> _TASK BRIEF_
Wherever the string "ローテーブル" appears in the listing, copy that line.

RECORDS FOR PROCESSING section start

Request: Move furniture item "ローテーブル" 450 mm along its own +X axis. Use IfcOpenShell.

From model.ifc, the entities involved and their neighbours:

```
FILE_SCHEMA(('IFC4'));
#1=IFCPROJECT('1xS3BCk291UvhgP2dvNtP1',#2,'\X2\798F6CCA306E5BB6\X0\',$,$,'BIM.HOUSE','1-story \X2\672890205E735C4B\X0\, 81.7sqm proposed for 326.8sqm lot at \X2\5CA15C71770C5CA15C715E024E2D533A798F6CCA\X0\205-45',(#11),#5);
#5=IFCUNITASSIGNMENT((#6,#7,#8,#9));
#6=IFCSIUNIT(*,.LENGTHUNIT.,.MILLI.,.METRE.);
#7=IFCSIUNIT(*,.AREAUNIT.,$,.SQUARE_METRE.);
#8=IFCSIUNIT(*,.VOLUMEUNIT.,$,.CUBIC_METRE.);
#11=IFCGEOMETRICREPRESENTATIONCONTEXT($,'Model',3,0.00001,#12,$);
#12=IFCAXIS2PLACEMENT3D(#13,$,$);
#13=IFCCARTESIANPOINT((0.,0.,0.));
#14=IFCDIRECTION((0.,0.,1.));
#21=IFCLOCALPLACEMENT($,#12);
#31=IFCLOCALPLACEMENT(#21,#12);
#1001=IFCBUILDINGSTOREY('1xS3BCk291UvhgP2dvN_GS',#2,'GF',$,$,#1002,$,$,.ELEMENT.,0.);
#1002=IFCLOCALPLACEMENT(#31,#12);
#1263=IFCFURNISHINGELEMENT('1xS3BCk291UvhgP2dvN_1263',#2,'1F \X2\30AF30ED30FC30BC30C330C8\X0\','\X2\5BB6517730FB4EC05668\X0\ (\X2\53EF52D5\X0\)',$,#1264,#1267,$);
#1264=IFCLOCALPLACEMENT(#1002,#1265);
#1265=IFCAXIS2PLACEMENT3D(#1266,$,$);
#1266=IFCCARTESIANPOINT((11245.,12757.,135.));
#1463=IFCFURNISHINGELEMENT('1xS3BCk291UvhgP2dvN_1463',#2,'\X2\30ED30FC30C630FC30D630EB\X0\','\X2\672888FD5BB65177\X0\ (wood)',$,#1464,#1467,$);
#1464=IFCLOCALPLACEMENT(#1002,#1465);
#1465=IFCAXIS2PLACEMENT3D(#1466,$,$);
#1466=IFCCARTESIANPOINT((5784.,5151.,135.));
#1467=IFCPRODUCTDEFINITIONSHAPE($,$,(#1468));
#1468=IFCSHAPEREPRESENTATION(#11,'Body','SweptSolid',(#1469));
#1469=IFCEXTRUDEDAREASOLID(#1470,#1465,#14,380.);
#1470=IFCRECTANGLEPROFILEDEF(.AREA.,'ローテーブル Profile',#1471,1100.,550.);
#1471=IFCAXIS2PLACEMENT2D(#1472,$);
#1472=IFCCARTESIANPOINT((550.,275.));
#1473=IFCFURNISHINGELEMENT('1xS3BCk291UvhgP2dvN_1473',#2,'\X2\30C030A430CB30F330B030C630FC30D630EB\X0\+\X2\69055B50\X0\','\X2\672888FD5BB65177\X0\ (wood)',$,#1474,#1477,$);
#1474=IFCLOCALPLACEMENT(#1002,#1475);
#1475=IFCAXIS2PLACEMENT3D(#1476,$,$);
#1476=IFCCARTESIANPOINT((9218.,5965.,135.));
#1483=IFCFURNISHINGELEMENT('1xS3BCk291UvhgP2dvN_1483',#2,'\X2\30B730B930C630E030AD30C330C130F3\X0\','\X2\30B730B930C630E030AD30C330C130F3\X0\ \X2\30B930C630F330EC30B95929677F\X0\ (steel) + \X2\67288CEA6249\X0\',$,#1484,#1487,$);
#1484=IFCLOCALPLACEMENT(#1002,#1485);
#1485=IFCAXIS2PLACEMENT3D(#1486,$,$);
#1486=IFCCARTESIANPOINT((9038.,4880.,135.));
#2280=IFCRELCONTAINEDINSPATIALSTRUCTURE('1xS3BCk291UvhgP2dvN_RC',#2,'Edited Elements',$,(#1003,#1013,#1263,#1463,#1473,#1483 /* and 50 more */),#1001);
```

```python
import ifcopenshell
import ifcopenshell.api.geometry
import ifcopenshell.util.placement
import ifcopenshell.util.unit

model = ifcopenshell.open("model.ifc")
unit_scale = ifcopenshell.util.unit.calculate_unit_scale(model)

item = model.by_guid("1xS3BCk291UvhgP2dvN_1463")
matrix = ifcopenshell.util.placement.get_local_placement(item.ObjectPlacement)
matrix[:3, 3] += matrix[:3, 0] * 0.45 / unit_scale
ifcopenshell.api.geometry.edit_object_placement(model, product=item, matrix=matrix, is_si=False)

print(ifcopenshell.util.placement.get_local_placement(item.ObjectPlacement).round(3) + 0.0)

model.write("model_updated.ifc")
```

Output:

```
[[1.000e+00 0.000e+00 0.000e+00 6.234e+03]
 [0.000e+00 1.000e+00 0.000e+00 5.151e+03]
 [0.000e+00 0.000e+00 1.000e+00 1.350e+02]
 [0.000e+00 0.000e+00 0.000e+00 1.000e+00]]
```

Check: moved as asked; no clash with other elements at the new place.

RECORDS FOR PROCESSING section end
RECORDS FOR PROCESSING section start

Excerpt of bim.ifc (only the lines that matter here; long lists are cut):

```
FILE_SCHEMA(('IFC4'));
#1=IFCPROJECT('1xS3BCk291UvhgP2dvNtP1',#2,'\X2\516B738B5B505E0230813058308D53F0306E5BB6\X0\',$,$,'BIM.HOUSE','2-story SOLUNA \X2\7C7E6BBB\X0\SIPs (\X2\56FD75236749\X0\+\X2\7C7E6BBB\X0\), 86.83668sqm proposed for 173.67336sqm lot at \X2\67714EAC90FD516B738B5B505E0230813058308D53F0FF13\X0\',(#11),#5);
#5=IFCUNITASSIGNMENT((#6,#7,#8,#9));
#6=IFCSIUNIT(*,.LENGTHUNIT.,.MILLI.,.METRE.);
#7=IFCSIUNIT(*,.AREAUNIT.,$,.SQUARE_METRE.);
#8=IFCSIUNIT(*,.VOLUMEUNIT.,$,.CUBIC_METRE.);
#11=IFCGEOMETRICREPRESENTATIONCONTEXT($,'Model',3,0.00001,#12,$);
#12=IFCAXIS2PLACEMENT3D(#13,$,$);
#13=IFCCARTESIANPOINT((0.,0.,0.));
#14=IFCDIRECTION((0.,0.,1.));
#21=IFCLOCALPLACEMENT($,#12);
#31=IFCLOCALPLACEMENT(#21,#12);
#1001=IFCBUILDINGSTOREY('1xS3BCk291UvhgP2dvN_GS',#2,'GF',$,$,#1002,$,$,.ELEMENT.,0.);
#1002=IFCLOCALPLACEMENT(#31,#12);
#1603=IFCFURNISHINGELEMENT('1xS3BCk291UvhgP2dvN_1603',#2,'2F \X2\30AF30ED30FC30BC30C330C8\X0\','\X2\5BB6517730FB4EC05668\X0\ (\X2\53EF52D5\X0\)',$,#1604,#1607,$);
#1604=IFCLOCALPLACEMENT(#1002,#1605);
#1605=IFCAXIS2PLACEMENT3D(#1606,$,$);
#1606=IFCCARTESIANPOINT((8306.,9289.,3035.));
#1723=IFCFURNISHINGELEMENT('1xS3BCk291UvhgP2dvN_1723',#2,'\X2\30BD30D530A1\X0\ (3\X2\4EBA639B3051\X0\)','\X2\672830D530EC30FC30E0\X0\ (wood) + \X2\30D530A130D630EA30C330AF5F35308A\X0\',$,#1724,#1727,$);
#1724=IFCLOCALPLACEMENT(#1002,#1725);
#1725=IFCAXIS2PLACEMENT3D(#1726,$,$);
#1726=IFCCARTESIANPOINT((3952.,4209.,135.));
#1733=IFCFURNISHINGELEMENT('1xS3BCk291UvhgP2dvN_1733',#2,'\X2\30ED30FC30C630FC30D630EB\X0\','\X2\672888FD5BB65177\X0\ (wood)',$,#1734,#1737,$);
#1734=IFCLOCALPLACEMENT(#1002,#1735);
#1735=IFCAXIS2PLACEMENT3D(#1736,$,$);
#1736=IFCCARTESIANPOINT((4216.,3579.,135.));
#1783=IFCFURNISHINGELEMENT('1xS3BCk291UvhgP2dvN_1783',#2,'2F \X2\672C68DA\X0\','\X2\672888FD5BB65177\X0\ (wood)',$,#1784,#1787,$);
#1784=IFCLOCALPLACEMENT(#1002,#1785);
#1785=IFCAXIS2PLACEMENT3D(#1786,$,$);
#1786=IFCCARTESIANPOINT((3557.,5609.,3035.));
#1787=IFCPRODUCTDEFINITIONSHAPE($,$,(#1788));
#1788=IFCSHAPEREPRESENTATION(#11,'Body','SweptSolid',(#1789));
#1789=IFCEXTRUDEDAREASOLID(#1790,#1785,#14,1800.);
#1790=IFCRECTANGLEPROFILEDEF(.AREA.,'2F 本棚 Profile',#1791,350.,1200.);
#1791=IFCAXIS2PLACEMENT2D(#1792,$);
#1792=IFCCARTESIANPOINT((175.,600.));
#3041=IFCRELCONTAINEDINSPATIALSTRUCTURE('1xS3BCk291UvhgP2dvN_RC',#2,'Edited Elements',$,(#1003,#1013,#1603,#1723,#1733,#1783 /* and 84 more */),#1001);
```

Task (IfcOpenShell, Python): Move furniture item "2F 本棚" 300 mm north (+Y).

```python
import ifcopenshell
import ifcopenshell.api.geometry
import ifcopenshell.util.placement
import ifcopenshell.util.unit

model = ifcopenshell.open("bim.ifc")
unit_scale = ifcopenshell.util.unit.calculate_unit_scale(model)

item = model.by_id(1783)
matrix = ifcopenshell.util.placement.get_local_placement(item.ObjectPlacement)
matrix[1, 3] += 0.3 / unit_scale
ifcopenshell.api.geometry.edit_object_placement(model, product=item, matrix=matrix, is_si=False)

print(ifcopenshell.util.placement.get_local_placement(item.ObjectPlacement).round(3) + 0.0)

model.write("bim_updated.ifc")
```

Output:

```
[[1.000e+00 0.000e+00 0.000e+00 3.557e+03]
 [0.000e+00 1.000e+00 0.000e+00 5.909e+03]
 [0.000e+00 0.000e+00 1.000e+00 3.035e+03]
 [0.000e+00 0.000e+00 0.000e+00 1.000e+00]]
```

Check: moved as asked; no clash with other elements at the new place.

RECORDS FOR PROCESSING section end

> _ANSWER AREA_
Request: Move furniture item "ローテーブル" 450 mm along its own +X axis. Use IfcOpenShell.
#1470=IFCRECTANGLEPROFILEDEF(.AREA.,'ローテーブル Profile',#1471,1100.,550.);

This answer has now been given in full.